We may need to join tokens into strings for TF-IDF.

In [30]:
cleaned_tweets = [" ".join(tokens) for tokens in cleaned_tweets]  # Join tokens into strings

X = cleaned_tweets
y = hate_speech['label']

# Train-test split
X_train, X_test, y_train, y_test = train_test_split(X, y, test_size=0.2, random_state=42, stratify=y)

#### **TF-IDF Vectorization**

In [31]:
vectorizer = TfidfVectorizer(max_features=5000, ngram_range=(1, 2), stop_words='english')
X_train_tfidf = vectorizer.fit_transform(X_train)
X_test_tfidf = vectorizer.transform(X_test)

#### **Logistic Regression Model**

In [32]:
# First Model
lr = LogisticRegression(max_iter=1000, random_state=42)
lr.fit(X_train_tfidf, y_train)

# Prediction
y_train_pred = lr.predict(X_train_tfidf)
y_test_pred = lr.predict(X_test_tfidf)

# Evaluation
print("Train Accuracy:", accuracy_score(y_train, y_train_pred))
print("Train Recall:" , recall_score(y_train, y_train_pred, average='weighted'))
print("Train F1 Score:", f1_score(y_train, y_train_pred, average='weighted'))

Train Accuracy: 0.955649419218585
Train Recall: 0.955649419218585
Train F1 Score: 0.9470729109073178


#### **Handle Class Imbalance**

In [33]:
lr_balanced =LogisticRegression(class_weight='balanced', max_iter=1000, random_state=42)
lr_balanced.fit(X_train_tfidf, y_train)

y_train_pred_balanced = lr_balanced.predict(X_train_tfidf)

# Evaluation
print("Balanced Train Accuracy:", accuracy_score(y_train, y_train_pred_balanced))
print("Balanced Train Recall:", recall_score(y_train, y_train_pred_balanced, average='weighted'))
print("Balanced Train F1 Score:", f1_score(y_train, y_train_pred_balanced, average='weighted'))

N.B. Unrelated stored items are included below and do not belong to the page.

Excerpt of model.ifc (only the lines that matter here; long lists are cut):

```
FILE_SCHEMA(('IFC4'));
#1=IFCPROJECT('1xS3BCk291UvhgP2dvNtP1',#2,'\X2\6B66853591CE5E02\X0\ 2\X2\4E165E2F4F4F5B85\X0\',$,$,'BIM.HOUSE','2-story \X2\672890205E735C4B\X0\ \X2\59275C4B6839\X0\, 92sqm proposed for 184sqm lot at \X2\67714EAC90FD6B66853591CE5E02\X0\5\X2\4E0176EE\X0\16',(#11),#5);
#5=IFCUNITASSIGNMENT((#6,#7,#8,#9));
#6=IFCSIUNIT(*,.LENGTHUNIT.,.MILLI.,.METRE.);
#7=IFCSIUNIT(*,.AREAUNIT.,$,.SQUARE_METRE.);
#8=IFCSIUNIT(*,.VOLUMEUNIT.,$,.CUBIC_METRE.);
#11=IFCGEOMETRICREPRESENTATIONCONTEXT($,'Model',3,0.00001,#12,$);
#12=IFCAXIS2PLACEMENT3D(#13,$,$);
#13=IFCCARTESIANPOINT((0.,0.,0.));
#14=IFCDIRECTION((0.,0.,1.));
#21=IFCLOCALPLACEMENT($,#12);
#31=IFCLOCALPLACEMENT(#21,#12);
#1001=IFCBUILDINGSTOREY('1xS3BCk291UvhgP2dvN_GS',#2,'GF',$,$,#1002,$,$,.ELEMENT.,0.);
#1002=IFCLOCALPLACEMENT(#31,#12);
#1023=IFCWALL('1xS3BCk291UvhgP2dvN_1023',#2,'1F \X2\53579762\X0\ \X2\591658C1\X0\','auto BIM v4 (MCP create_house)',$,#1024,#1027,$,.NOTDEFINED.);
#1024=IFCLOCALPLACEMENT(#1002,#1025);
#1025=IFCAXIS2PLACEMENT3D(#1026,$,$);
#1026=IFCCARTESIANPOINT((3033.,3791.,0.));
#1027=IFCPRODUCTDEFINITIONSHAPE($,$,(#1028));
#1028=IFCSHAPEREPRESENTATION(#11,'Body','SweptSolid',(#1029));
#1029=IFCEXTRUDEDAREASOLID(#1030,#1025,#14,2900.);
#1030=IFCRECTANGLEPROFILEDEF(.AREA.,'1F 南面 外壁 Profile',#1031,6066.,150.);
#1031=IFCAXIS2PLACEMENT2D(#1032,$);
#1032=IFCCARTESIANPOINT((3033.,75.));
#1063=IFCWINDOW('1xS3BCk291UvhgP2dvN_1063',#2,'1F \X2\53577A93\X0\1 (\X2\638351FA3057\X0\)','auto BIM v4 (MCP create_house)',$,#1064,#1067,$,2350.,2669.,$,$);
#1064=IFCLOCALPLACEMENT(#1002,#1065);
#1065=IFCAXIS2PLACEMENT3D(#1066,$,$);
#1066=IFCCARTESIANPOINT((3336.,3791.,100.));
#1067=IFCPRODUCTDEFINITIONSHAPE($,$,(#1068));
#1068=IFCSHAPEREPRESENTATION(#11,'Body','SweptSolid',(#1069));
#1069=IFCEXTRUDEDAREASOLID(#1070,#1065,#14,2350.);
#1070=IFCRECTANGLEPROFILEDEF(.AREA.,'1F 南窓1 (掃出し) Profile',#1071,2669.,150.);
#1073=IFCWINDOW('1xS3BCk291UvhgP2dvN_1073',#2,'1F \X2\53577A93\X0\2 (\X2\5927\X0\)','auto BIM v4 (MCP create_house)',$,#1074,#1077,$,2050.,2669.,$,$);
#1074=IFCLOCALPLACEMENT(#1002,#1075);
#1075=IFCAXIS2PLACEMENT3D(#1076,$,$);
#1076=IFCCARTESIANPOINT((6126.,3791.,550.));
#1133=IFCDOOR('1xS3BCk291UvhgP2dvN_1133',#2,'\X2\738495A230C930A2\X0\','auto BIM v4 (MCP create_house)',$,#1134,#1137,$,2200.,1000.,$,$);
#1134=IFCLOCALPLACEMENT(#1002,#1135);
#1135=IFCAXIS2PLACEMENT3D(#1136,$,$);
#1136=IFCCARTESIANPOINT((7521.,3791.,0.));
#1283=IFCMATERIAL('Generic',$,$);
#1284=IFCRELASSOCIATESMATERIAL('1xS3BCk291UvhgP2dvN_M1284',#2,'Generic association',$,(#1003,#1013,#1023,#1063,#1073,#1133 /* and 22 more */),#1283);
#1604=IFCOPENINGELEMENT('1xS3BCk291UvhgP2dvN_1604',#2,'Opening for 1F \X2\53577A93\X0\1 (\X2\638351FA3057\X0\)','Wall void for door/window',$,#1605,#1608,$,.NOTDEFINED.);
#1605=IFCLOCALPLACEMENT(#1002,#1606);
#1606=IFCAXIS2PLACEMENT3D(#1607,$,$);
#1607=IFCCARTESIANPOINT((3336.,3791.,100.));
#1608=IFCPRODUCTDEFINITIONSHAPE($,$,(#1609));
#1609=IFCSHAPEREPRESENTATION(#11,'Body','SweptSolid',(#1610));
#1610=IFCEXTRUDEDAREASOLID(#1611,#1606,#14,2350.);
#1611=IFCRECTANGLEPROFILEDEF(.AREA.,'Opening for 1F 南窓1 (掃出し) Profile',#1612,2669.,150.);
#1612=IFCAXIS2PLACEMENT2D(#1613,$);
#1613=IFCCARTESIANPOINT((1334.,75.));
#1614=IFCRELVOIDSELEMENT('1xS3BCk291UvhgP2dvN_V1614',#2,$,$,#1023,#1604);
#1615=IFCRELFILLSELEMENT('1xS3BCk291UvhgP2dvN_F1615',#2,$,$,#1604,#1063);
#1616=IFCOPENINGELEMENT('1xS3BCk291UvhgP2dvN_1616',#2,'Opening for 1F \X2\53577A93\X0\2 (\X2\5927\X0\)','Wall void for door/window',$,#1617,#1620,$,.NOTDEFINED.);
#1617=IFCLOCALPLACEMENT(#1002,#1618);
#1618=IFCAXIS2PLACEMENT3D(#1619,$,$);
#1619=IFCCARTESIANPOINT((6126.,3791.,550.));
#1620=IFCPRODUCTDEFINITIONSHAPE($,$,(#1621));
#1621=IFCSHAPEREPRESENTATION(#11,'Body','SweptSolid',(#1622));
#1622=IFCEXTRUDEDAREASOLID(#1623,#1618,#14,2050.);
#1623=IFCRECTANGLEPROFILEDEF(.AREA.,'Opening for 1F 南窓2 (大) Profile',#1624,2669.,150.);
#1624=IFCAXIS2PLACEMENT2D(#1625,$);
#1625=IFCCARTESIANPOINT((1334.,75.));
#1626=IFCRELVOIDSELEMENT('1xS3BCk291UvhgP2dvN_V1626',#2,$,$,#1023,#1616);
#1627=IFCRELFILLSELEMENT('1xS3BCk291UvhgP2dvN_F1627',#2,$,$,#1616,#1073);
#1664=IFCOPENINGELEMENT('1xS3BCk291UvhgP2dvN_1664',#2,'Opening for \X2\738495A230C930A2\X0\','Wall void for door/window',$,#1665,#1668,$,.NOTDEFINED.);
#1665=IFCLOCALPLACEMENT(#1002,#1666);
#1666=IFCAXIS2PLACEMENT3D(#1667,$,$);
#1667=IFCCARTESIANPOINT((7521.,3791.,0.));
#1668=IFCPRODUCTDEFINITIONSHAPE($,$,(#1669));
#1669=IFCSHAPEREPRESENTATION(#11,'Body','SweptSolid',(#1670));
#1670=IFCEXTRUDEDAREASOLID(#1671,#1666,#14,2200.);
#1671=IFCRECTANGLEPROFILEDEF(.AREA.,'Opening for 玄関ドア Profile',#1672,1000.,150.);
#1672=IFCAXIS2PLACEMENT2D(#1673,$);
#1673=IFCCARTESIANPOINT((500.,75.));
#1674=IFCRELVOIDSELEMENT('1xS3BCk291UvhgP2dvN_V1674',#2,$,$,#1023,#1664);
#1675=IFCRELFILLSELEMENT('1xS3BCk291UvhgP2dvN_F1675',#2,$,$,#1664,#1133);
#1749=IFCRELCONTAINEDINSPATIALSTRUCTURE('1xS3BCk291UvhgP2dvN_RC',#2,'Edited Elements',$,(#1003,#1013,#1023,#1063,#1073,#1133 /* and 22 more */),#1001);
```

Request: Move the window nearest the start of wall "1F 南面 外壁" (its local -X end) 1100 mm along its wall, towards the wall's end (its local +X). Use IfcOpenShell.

```python
import ifcopenshell
import ifcopenshell.api.geometry
import ifcopenshell.util.placement
import ifcopenshell.util.unit

model = ifcopenshell.open("model.ifc")
unit_scale = ifcopenshell.util.unit.calculate_unit_scale(model)

window = model.by_guid("1xS3BCk291UvhgP2dvN_1063")
opening = window.FillsVoids[0].RelatingOpeningElement
wall = opening.VoidsElements[0].RelatingBuildingElement

wall_matrix = ifcopenshell.util.placement.get_local_placement(wall.ObjectPlacement)
shift = wall_matrix[:3, 0] * 1.1 / unit_scale
before = ifcopenshell.util.placement.get_local_placement(window.ObjectPlacement)[:3, 3].copy()

# The window is not placed relative to its opening, so move both.
for product in (opening, window):
    matrix = ifcopenshell.util.placement.get_local_placement(product.ObjectPlacement)
    matrix[:3, 3] += shift
    ifcopenshell.api.geometry.edit_object_placement(model, product=product, matrix=matrix, is_si=False)

after = ifcopenshell.util.placement.get_local_placement(window.ObjectPlacement)[:3, 3]
print("window moved by", (after - before).round(3) + 0.0)

model.write("model_edited.ifc")
```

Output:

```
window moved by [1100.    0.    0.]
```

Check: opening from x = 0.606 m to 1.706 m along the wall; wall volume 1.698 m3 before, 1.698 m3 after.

Balanced Train Accuracy: 0.9425476162540577
Balanced Train Recall: 0.9425476162540577
Balanced Train F1 Score: 0.9495076676748813


#### **Hyperparameter Tuning with GridSearchCV**

In [34]:
param_grid = {
    'C': [0.01, 0.1, 1, 10], # Inverse of regularization strength
    'penalty': ['l2'], # Regularization type , 'l1' requires solver='liblinear'
    'solver': ['lbfgs', 'liblinear'] # Optimization algorithm
}

skf = StratifiedKFold(n_splits=4, shuffle=True, random_state=42)

grid = GridSearchCV(
    LogisticRegression(class_weight='balanced', max_iter=1000, random_state=42), # Base model
    param_grid, # Hyperparameter grid
    scoring='recall', # Evaluation metric
    cv=skf, # Cross-validation strategy
    n_jobs=-1, # Use all available cores
)

grid.fit(X_train_tfidf, y_train)

print("Best Parameters:", grid.best_params_)
best_model = grid.best_estimator_

Best Parameters: {'C': 1, 'penalty': 'l2', 'solver': 'liblinear'}


#### **Final Evaluation**

In [35]:
y_test_pred_best = best_model.predict(X_test_tfidf)

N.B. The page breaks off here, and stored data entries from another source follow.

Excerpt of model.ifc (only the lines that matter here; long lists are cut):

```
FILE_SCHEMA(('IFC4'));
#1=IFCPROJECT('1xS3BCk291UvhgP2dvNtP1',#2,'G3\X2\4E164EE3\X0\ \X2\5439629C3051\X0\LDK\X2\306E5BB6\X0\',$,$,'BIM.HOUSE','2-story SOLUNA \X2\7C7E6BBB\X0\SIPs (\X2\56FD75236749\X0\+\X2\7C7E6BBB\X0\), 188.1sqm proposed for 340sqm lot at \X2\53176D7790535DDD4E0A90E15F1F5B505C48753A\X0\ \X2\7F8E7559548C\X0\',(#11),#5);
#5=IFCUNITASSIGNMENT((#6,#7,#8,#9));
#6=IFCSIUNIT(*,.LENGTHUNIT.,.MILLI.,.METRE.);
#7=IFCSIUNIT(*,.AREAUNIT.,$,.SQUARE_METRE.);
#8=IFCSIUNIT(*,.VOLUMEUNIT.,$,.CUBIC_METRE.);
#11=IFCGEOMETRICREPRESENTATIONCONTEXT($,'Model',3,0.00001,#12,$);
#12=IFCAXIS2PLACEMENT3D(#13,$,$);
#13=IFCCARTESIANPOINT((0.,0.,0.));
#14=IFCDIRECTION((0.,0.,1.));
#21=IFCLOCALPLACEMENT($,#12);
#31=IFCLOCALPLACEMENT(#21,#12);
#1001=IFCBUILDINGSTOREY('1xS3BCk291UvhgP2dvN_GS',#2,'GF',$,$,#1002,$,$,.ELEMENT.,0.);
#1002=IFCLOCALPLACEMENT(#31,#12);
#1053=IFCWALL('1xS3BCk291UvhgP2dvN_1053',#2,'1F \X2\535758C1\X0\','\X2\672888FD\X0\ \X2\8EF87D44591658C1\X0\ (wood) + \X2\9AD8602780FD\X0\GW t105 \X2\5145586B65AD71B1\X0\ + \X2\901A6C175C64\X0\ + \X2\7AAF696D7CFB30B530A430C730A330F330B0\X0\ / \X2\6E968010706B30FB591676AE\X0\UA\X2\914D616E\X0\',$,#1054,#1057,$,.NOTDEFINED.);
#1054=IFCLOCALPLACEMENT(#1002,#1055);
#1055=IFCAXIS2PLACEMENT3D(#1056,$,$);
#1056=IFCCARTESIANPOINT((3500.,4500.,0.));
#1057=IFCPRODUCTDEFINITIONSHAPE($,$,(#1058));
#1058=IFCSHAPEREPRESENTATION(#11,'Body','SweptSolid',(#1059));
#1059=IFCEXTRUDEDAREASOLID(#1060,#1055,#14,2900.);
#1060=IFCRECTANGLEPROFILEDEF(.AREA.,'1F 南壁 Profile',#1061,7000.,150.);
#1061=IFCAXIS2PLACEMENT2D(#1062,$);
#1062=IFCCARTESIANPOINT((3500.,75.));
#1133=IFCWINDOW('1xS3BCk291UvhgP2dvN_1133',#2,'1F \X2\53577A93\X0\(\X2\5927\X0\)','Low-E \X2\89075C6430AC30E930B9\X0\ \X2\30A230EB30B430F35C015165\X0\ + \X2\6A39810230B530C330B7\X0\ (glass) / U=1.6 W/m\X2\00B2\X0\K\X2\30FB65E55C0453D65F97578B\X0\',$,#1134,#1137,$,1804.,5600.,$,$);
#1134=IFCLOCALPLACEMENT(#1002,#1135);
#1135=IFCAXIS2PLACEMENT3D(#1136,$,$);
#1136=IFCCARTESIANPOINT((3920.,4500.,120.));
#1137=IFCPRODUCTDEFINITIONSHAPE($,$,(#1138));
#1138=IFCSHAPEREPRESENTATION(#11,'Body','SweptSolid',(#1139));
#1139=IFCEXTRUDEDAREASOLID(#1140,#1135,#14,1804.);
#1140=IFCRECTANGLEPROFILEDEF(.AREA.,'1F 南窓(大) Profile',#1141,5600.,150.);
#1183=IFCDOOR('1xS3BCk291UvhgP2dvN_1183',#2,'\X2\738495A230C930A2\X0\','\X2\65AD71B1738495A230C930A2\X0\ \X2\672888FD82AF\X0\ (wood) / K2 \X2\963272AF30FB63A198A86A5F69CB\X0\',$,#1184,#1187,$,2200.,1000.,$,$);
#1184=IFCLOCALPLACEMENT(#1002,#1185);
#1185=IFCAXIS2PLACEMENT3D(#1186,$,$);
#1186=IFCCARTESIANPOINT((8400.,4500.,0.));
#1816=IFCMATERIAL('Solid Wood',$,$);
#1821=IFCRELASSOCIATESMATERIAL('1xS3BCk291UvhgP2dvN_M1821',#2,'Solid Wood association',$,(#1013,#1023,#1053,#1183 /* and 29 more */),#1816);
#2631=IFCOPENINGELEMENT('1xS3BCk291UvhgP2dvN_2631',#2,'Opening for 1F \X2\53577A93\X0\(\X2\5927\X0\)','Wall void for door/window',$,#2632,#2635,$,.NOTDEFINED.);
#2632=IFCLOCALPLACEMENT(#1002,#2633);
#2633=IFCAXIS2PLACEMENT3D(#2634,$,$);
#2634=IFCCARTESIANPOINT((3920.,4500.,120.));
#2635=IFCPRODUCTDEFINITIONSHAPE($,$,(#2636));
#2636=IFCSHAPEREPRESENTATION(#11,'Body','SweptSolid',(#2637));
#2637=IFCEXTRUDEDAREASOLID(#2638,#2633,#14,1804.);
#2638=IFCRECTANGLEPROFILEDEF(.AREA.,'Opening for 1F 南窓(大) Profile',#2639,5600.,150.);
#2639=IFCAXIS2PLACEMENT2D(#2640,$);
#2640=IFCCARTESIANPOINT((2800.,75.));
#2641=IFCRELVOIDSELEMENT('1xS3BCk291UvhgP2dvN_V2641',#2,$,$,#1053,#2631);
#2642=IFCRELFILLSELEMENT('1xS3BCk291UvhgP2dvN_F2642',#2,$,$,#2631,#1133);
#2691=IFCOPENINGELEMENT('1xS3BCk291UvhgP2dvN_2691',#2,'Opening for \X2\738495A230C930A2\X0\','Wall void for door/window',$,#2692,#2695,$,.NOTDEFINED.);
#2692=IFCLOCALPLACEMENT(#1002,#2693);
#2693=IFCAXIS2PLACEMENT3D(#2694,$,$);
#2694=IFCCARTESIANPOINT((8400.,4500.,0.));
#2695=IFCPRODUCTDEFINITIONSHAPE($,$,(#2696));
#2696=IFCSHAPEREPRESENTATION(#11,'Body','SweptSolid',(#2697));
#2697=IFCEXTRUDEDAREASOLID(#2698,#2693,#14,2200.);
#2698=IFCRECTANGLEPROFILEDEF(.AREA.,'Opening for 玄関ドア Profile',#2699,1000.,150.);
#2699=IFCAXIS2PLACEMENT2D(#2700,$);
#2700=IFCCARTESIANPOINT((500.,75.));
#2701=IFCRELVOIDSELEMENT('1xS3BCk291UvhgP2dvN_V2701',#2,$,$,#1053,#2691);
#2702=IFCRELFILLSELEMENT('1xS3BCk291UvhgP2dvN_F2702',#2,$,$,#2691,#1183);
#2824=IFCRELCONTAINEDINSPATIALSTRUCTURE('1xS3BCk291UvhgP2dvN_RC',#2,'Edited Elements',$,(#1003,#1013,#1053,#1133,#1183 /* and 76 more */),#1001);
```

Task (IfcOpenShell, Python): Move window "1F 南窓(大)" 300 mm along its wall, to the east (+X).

```python
import ifcopenshell
import ifcopenshell.api.geometry
import ifcopenshell.util.placement
import ifcopenshell.util.unit

model = ifcopenshell.open("model.ifc")
unit_scale = ifcopenshell.util.unit.calculate_unit_scale(model)

window = model.by_guid("1xS3BCk291UvhgP2dvN_1133")
opening = window.FillsVoids[0].RelatingOpeningElement
wall = opening.VoidsElements[0].RelatingBuildingElement

wall_matrix = ifcopenshell.util.placement.get_local_placement(wall.ObjectPlacement)
shift = wall_matrix[:3, 0] * 0.3 / unit_scale
before = ifcopenshell.util.placement.get_local_placement(window.ObjectPlacement)[:3, 3].copy()

# The window is not placed relative to its opening, so move both.
for product in (opening, window):
    matrix = ifcopenshell.util.placement.get_local_placement(product.ObjectPlacement)
    matrix[:3, 3] += shift
    ifcopenshell.api.geometry.edit_object_placement(model, product=product, matrix=matrix, is_si=False)

after = ifcopenshell.util.placement.get_local_placement(window.ObjectPlacement)[:3, 3]
print("window moved by", (after - before).round(3) + 0.0)

model.write("model_rev.ifc")
```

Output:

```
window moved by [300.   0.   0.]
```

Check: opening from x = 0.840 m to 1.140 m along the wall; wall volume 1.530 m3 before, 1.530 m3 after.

print("Test Accuracy:", accuracy_score(y_test, y_test_pred_best))
print("Test Recall:", recall_score(y_test, y_test_pred_best))
print("Test F1 Score:", f1_score(y_test, y_test_pred_best, average='weighted'))

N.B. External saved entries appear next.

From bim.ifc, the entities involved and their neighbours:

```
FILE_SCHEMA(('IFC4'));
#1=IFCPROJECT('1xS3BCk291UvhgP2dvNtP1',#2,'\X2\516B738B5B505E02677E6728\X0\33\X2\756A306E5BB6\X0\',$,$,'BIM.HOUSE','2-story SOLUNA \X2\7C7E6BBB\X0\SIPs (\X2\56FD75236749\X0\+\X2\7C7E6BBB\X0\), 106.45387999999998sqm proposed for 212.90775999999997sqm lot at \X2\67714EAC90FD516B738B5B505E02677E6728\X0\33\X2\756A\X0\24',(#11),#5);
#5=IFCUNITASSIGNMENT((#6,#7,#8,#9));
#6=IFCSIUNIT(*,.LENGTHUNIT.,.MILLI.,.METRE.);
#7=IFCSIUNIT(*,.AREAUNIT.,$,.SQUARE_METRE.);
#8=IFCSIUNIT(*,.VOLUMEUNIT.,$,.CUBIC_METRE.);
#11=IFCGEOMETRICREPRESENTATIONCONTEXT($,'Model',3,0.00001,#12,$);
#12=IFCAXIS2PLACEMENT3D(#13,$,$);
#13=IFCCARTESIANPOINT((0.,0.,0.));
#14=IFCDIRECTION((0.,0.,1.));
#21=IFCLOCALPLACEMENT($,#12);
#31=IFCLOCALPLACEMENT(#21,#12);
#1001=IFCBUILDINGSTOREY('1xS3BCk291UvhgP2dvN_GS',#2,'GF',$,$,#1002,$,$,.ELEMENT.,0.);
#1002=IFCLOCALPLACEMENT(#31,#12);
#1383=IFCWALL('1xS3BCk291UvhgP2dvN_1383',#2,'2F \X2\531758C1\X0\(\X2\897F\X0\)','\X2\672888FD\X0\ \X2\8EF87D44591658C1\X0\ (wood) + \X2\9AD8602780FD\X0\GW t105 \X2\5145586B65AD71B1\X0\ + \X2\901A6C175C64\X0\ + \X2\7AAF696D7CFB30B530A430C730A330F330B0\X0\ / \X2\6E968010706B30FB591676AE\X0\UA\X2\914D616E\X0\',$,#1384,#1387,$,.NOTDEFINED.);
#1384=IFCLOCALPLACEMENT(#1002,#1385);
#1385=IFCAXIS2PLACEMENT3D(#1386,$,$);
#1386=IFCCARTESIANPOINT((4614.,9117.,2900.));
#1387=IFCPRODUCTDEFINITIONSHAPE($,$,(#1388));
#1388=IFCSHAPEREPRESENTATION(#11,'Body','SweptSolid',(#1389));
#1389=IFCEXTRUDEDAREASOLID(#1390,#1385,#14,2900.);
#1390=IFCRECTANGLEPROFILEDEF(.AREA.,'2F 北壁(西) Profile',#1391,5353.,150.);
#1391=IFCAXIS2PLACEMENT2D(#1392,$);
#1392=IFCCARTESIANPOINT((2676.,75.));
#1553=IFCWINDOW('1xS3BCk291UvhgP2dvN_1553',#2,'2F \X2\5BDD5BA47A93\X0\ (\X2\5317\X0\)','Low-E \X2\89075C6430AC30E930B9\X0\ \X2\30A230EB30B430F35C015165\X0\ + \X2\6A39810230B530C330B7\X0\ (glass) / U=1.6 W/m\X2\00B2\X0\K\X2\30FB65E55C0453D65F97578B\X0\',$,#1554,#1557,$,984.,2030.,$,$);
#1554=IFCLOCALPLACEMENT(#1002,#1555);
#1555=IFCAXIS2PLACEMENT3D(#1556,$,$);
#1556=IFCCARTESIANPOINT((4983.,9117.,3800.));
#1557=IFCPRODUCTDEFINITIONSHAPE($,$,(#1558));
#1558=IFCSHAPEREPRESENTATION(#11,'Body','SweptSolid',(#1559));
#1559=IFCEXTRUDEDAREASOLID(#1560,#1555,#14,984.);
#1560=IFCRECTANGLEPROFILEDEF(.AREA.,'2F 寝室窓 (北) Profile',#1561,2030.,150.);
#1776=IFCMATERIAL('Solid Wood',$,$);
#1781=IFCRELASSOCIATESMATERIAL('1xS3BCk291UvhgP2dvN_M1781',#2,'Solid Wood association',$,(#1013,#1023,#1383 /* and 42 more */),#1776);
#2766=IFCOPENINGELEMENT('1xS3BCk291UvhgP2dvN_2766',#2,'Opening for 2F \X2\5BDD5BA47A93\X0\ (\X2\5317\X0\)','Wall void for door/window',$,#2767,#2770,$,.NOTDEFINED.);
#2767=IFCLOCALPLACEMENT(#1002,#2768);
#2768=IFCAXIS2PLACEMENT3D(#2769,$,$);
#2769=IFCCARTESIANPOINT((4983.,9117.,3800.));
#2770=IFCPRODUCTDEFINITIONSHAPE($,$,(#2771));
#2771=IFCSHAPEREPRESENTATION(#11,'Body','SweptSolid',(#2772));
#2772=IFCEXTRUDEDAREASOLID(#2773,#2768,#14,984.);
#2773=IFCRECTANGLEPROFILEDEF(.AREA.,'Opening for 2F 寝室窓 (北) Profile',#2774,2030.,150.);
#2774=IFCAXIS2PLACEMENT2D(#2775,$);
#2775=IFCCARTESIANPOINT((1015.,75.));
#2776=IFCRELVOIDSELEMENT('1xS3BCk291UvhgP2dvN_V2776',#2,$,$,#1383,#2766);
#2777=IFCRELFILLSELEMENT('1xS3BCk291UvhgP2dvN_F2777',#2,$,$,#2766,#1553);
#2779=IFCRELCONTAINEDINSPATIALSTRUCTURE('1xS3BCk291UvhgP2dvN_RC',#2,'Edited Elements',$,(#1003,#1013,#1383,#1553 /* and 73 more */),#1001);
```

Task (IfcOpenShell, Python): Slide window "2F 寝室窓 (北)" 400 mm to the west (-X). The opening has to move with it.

```python
import ifcopenshell
import ifcopenshell.api.geometry
import ifcopenshell.util.placement
import ifcopenshell.util.unit

model = ifcopenshell.open("bim.ifc")
unit_scale = ifcopenshell.util.unit.calculate_unit_scale(model)

window = model.by_guid("1xS3BCk291UvhgP2dvN_1553")
opening = window.FillsVoids[0].RelatingOpeningElement
wall = opening.VoidsElements[0].RelatingBuildingElement

wall_matrix = ifcopenshell.util.placement.get_local_placement(wall.ObjectPlacement)
shift = wall_matrix[:3, 0] * -0.4 / unit_scale
before = ifcopenshell.util.placement.get_local_placement(window.ObjectPlacement)[:3, 3].copy()

# The window is not placed relative to its opening, so move both.
for product in (opening, window):
    matrix = ifcopenshell.util.placement.get_local_placement(product.ObjectPlacement)
    matrix[:3, 3] += shift
    ifcopenshell.api.geometry.edit_object_placement(model, product=product, matrix=matrix, is_si=False)

after = ifcopenshell.util.placement.get_local_placement(window.ObjectPlacement)[:3, 3]
print("window moved by", (after - before).round(3) + 0.0)

model.write("bim_updated.ifc")
```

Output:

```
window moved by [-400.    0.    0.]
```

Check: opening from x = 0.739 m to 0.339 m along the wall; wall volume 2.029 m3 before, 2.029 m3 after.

Test Accuracy: 0.9206945096198967
Test Recall: 0.7857142857142857
Test F1 Score: 0.9299297047168323


## 📌 **Insights & Conclusion**

- **Best Parameters:** Found using GridSearchCV with Stratified K-Fold cross-validation.
- **Recall** is prioritised because we want to **catch as many hate tweets as possible**.
- **TF-IDF** helped in representing tweets effectively.
- **Class imbalance** was handled using `class_weight='balanced'`.